Archive for June 2nd, 2009
What Happened to GM?
Tuesday, June 2nd, 2009
President Obama announced yesterday that General Motors has filed for bankruptcy as part of a restructuring plan that will give Washington a 60 percent stake in the automaker while it closes 14 more plants and cuts up to 21,000 more jobs.
“After the factory closings, which will leave 12 in Michigan, GM will have fewer than 40,000 workers building cars in the United States—one-tenth of a work force that in the 1970s numbered 395,000 people,” according to The New York Times.
So what went wrong? Smeal’s Terrence Guay has some answers:
GM’s problems go back at least three decades. First, the company became complacent in terms of products and customers, assuming that American car-buyers would choose GM vehicles (or at least those produced by GM, Ford, or Chrysler). They didn’t take the Japanese threat seriously, and consequently steadily lost market share to Toyota, Honda, Nissan, and other imports. Quality dropped and though it has improved internally, few GM products are as reliable and as highly rated as foreign vehicles.
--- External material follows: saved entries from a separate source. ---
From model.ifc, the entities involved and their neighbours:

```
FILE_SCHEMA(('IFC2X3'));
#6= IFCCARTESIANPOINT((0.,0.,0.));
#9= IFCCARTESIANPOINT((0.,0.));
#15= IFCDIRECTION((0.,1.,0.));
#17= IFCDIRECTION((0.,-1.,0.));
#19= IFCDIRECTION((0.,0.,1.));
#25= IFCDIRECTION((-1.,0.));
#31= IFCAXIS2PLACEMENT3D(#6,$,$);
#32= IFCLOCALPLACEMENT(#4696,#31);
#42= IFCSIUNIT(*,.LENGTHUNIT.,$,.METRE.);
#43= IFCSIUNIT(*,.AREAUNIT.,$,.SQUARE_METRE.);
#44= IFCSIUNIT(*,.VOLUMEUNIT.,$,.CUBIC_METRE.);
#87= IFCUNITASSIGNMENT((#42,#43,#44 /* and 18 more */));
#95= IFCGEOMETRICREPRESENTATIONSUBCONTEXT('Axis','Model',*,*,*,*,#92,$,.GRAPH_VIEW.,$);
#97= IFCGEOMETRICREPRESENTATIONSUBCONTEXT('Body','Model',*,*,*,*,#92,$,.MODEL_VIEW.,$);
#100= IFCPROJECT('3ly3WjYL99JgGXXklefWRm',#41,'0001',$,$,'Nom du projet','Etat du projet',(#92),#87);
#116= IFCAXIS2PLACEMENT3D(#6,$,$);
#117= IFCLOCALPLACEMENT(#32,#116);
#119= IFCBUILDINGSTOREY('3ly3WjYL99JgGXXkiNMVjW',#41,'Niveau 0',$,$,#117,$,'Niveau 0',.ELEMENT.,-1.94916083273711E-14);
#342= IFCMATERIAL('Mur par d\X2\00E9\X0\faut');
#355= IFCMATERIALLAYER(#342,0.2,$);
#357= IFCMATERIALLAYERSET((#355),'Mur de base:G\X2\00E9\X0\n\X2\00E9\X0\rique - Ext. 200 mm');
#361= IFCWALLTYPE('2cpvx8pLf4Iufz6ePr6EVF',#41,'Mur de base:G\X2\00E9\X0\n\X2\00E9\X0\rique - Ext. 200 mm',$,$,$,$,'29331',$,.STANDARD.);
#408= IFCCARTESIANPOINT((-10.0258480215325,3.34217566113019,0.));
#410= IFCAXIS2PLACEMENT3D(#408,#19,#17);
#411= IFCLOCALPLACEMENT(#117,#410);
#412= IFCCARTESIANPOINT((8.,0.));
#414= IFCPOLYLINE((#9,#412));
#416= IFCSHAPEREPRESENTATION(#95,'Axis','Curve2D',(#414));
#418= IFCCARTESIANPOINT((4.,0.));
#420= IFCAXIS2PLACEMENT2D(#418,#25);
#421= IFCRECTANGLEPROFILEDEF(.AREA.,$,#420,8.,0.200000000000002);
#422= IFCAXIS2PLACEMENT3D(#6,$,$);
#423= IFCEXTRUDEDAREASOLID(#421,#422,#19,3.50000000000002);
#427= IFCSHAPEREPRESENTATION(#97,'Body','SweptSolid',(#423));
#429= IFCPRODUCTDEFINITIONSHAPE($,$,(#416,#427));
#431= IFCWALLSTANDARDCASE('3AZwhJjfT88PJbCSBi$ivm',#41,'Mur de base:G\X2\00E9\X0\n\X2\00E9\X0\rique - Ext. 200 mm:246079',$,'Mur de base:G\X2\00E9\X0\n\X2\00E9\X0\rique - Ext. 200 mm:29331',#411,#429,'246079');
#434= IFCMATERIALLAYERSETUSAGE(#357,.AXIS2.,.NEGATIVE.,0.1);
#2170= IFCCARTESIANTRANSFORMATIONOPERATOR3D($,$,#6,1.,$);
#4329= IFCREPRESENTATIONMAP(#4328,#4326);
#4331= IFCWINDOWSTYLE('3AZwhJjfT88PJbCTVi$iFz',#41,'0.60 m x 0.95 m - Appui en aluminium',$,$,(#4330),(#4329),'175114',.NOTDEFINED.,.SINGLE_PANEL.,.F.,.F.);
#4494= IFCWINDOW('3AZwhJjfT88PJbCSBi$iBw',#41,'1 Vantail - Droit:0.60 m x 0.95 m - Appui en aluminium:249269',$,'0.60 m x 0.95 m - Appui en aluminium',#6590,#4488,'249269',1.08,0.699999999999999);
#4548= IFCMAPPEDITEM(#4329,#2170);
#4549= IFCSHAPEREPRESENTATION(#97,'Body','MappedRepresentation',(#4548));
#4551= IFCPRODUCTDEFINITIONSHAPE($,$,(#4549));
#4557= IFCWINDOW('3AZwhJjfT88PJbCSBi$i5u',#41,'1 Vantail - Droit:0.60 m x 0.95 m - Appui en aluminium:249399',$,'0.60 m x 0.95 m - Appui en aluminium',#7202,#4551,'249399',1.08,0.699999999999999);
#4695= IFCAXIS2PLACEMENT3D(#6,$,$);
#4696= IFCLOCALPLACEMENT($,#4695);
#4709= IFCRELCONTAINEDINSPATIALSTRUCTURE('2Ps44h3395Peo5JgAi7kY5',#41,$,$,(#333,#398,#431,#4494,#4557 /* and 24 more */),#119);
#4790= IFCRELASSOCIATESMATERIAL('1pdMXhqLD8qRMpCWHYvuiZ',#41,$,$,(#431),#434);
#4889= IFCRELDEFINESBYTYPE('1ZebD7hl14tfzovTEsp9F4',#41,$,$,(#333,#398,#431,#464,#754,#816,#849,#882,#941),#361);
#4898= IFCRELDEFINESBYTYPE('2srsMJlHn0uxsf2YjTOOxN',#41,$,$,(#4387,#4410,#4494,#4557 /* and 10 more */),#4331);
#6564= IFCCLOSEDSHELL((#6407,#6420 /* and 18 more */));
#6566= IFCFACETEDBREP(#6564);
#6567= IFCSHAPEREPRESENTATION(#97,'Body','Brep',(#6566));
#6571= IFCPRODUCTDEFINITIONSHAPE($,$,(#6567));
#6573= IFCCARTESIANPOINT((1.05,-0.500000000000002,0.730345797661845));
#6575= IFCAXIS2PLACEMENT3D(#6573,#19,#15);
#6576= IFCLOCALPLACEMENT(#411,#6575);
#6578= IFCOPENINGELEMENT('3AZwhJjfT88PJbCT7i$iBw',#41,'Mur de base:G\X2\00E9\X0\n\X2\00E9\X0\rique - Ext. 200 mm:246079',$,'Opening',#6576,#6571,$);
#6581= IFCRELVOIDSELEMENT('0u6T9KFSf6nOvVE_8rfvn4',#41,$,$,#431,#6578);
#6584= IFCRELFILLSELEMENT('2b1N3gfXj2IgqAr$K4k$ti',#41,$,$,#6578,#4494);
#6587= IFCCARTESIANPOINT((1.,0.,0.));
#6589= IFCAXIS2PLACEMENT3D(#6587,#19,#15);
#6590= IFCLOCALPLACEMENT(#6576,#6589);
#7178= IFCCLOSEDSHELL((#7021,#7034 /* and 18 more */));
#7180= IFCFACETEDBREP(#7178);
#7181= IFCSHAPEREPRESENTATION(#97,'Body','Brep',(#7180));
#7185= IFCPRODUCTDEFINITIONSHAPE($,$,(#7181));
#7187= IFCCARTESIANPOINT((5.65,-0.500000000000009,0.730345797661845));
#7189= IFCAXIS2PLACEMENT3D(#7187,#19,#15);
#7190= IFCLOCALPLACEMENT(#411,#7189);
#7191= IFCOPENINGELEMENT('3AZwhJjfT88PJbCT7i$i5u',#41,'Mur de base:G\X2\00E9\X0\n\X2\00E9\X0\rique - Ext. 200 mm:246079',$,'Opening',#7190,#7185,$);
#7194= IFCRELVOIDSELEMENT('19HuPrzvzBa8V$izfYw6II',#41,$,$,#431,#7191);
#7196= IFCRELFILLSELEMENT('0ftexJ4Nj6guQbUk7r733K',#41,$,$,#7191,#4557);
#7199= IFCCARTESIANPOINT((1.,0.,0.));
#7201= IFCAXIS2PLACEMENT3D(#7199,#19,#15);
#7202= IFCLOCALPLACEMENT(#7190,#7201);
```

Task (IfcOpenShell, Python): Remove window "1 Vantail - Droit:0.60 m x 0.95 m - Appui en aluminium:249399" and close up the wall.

```python
import ifcopenshell
import ifcopenshell.api.feature
import ifcopenshell.api.root
import ifcopenshell.geom
import ifcopenshell.util.shape

model = ifcopenshell.open("model.ifc")
settings = ifcopenshell.geom.settings()


def volume(element):
    """Net volume in cubic metres, openings subtracted."""
    shape = ifcopenshell.geom.create_shape(settings, element)
    return ifcopenshell.util.shape.get_volume(shape.geometry)


window = model.by_guid("3AZwhJjfT88PJbCSBi$i5u")
opening = window.FillsVoids[0].RelatingOpeningElement
wall = opening.VoidsElements[0].RelatingBuildingElement
before = volume(wall)

ifcopenshell.api.root.remove_product(model, product=window)
ifcopenshell.api.feature.remove_feature(model, feature=opening)

after = volume(wall)

print(f"wall volume {before:.3f} -> {after:.3f} m3")

model.write("model_v2.ifc")
```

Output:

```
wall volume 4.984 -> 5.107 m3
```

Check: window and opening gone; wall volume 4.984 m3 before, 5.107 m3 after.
Second, GM faced a heavy cost structure. Since the United States does not have a national health care system, many private sector companies began offering health insurance coverage to their workers in the 1950s. GM provided high-level coverage to their workers as well as to retirees and their surviving spouses. The company’s future obligations for retiree health care are estimated at $47 billion. This does not include health coverage for current workers. In 2007, the company reached an agreement with the United Auto Workers (UAW) to pass on the cost of paying retired workers’ pensions to the union. As a result of these and other labor-related costs, GM has not been able to compete well with foreign auto companies that do not have similar health and pension obligations in their home countries, or have chosen to operate factories in lower cost and union-unfriendly U.S. states.
Third, GM maintained too many brands (Buick, Cadillac, Saturn, etc.) that overlapped each other and allowed the company to lose focus on those that really mattered.Fourth, the company by the late 1990s had focused on higher-margin sport utility vehicles and trucks. When oil and gasoline prices rose a few years ago, GM was unprepared for the rapid switch by consumers to more fuel-efficient vehicles. The company had few products available or in the pipeline to meet the current demand for increased fuel efficiency or green vehicles. It is scrambling to do so now, but it will be difficult to persuade many car-buyers that the company is a leader in such technologies.
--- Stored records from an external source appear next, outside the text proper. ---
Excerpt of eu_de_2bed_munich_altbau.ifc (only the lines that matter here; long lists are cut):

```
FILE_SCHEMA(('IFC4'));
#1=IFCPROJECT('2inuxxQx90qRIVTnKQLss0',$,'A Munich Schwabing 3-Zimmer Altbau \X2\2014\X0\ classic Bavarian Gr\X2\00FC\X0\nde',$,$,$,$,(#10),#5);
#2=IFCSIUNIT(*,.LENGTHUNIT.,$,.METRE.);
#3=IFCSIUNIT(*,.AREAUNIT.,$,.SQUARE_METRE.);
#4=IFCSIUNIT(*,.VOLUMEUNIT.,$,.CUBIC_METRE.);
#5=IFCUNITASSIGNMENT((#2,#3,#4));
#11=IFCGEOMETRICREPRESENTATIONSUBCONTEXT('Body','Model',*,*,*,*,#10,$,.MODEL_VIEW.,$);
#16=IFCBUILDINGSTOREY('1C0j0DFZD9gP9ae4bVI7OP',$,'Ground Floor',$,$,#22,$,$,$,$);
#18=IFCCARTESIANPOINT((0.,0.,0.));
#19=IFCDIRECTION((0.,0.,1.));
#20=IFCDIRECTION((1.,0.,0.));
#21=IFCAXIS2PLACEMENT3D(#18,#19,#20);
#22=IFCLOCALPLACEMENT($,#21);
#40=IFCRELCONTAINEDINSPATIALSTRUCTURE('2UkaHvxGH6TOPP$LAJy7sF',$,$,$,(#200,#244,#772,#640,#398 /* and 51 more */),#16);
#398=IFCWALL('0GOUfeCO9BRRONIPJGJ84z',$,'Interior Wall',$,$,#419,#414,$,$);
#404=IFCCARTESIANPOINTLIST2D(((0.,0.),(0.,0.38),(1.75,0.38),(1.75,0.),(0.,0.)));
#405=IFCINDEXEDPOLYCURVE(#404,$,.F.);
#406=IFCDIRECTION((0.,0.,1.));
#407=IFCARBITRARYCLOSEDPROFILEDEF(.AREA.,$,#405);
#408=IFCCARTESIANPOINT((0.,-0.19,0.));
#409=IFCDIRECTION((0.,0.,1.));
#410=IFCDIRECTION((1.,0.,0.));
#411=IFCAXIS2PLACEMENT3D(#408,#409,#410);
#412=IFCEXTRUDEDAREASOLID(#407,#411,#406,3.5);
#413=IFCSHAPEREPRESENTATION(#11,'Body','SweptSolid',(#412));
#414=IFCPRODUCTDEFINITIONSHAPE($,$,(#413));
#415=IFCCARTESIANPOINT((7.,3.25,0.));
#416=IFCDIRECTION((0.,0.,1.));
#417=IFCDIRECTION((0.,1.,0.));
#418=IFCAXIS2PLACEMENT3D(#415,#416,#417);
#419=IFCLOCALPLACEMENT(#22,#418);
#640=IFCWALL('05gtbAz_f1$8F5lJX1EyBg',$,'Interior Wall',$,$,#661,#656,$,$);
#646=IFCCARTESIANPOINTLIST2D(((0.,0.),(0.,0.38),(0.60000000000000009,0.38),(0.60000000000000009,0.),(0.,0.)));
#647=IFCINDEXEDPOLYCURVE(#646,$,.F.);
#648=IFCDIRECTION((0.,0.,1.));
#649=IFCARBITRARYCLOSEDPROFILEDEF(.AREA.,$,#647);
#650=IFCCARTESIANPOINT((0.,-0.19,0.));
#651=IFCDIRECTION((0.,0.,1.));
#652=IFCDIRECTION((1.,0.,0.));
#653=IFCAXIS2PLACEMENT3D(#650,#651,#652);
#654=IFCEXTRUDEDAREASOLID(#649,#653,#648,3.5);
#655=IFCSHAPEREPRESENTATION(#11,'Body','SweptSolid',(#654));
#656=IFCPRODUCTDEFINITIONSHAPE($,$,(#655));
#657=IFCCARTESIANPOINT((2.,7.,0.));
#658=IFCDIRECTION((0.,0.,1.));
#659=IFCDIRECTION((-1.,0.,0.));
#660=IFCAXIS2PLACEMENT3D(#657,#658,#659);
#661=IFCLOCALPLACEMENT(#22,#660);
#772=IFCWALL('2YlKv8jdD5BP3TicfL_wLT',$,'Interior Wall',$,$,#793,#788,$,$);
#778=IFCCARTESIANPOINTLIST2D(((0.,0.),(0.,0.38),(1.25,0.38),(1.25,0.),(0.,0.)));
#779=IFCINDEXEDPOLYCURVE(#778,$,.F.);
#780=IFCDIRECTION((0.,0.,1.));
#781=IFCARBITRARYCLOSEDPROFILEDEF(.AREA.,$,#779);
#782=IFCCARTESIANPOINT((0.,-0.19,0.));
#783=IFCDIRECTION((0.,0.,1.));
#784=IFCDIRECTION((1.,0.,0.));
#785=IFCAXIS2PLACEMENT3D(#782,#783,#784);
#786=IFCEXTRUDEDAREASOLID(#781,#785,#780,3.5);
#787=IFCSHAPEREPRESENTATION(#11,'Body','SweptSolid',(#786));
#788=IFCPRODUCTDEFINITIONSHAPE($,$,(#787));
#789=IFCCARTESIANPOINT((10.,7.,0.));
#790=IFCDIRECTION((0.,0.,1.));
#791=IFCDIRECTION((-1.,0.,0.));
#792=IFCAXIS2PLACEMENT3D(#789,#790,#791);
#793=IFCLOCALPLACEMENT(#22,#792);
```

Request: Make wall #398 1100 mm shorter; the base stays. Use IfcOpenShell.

```python
import ifcopenshell
import ifcopenshell.geom
import ifcopenshell.util.representation
import ifcopenshell.util.shape
import ifcopenshell.util.unit

model = ifcopenshell.open("eu_de_2bed_munich_altbau.ifc")
unit_scale = ifcopenshell.util.unit.calculate_unit_scale(model)
settings = ifcopenshell.geom.settings()


def volume(element):
    """Net volume in cubic metres, openings subtracted."""
    shape = ifcopenshell.geom.create_shape(settings, element)
    return ifcopenshell.util.shape.get_volume(shape.geometry)


wall = model.by_guid("0GOUfeCO9BRRONIPJGJ84z")
before = volume(wall)

body = ifcopenshell.util.representation.get_representation(wall, "Model", "Body")
solid = body.Items[0]
old_height = solid.Depth
solid.Depth -= 1.1 / unit_scale
after = volume(wall)

print(f"height {old_height:g} -> {solid.Depth:g}, volume {before:.3f} -> {after:.3f} m3")

model.write("eu_de_2bed_munich_altbau_v2.ifc")
```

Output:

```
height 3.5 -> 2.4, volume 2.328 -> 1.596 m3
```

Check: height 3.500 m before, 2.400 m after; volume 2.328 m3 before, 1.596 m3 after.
Fifth, the company’s management, for the reasons described above, is partly to blame. It took them a long time to realize just how bad the situation at GM really was.
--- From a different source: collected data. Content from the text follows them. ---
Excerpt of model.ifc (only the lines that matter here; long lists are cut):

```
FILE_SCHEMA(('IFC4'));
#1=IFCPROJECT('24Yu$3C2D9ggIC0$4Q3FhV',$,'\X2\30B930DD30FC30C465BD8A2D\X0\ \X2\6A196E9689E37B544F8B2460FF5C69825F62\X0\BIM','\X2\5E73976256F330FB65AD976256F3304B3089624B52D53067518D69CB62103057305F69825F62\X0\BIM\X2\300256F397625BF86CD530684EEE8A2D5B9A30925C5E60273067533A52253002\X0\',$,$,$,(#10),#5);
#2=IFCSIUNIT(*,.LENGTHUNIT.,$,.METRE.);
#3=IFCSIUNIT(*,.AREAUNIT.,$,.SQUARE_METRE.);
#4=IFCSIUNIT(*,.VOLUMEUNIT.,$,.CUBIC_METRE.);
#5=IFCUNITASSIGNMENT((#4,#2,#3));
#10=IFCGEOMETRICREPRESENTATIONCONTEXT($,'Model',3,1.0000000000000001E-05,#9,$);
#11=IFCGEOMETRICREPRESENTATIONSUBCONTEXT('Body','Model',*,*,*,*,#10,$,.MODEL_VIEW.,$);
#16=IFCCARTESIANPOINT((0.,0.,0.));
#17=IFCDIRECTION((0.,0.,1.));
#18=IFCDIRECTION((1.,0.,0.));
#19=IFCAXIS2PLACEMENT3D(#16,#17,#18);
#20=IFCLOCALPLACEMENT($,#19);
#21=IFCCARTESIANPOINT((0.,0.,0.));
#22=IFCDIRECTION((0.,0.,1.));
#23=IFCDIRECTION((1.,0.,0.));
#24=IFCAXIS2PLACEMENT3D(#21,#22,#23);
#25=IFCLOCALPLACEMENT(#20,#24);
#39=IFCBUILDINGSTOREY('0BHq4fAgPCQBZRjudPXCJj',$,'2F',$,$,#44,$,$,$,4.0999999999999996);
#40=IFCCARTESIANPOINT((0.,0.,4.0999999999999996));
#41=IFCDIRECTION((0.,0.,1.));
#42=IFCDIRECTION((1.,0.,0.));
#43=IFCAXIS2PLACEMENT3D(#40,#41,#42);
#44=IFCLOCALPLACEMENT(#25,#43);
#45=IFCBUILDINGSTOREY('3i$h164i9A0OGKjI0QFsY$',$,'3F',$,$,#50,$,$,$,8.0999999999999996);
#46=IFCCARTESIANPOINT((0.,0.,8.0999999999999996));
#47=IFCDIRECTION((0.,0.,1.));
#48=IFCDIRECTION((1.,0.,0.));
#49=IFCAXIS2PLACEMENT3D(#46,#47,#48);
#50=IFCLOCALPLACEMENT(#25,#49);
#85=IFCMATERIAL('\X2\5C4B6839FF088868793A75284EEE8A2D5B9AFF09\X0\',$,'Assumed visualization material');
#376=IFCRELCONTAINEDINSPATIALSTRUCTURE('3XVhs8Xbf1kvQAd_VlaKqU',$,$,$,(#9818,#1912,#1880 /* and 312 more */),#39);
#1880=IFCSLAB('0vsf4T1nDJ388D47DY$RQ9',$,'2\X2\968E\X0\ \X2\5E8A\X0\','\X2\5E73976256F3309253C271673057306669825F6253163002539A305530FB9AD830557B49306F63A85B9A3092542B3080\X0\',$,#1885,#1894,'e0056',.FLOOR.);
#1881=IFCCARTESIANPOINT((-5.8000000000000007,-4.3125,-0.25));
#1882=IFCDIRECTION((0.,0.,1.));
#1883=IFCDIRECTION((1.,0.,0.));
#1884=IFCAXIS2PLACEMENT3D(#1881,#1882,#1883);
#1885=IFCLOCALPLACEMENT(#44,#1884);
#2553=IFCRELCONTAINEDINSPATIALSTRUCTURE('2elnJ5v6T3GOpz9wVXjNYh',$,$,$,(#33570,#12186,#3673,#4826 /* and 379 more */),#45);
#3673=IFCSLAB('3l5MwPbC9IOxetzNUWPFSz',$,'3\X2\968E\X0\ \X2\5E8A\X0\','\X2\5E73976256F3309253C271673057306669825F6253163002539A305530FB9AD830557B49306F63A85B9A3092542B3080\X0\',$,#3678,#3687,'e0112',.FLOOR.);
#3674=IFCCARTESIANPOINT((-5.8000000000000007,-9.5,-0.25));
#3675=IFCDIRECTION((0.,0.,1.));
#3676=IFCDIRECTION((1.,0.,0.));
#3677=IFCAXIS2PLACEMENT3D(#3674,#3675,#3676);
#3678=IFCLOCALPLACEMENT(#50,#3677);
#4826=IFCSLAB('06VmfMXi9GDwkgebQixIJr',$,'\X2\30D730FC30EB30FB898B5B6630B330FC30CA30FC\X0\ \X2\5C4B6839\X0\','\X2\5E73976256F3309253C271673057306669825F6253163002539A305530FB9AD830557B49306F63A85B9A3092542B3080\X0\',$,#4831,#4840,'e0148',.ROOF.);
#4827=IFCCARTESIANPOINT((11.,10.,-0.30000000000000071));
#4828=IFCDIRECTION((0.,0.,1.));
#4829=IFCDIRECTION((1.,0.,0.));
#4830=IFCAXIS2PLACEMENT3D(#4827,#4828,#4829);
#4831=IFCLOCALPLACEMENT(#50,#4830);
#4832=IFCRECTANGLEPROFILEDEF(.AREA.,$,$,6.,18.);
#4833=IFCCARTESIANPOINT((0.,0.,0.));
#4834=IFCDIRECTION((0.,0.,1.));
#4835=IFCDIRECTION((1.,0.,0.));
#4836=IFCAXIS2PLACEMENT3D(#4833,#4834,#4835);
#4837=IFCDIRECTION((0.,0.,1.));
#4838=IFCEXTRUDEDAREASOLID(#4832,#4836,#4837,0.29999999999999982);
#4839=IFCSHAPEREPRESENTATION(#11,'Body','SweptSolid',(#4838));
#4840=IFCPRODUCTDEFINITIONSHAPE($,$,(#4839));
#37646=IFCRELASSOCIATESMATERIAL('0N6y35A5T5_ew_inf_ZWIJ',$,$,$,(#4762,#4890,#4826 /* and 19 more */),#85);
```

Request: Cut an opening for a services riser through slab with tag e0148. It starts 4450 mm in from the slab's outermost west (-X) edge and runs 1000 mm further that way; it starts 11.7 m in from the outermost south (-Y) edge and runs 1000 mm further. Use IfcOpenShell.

```python
import numpy as np
import ifcopenshell
import ifcopenshell.api.feature
import ifcopenshell.api.geometry
import ifcopenshell.api.root
import ifcopenshell.geom
import ifcopenshell.util.placement
import ifcopenshell.util.representation
import ifcopenshell.util.shape
import ifcopenshell.util.unit

model = ifcopenshell.open("model.ifc")
unit_scale = ifcopenshell.util.unit.calculate_unit_scale(model)
settings = ifcopenshell.geom.settings()


def volume(element):
    """Net volume in cubic metres, openings subtracted."""
    shape = ifcopenshell.geom.create_shape(settings, element)
    return ifcopenshell.util.shape.get_volume(shape.geometry)


slab = model.by_guid("06VmfMXi9GDwkgebQixIJr")
before = volume(slab)

# Extent in the slab's own axes, in metres. The edges named are its -X and -Y sides.
slab_shape = ifcopenshell.geom.create_shape(settings, slab)
vertices = ifcopenshell.util.shape.get_vertices(slab_shape.geometry)
x_min, y_min, bottom = vertices.min(axis=0)
top = vertices[:, 2].max()

opening = ifcopenshell.api.root.create_entity(model, ifc_class="IfcOpeningElement", name="Services riser opening", predefined_type="OPENING")
context = ifcopenshell.util.representation.get_context(model, "Model", "Body", "MODEL_VIEW")
width, depth = 1, 1
outline = [(0.0, 0.0), (width, 0.0), (width, depth), (0.0, depth), (0.0, 0.0)]
# Overshoot both faces by 50 mm so the cut is clean.
shape = ifcopenshell.api.geometry.add_slab_representation(
    model, context=context, depth=top - bottom + 0.1, polyline=outline
)
ifcopenshell.api.geometry.assign_representation(model, product=opening, representation=shape)

matrix = ifcopenshell.util.placement.get_local_placement(slab.ObjectPlacement)
matrix[:, 3] = matrix @ np.append(np.array([x_min + 4.45, y_min + 11.7, bottom - 0.05]) / unit_scale, 1.0)
ifcopenshell.api.geometry.edit_object_placement(model, product=opening, matrix=matrix, is_si=False)
ifcopenshell.api.feature.add_feature(model, feature=opening, element=slab)

after = volume(slab)

print(f"slab volume {before:.3f} -> {after:.3f} m3")

model.write("model_rev.ifc")
```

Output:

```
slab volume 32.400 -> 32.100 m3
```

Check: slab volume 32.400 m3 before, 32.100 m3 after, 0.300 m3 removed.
GM could have done many things differently, including trimming brands, relying less on SUVs and large vehicles, built more reliable vehicles, and reduced costs through greater production abroad. The company is successful in some markets today, especially China. But its main market is still the United States, and it is languishing here. I’m not sure an alliance with Renault, Nissan, or any other foreign company would have changed the company’s fortunes. Virtually all of its mistakes and problems were internal to the company.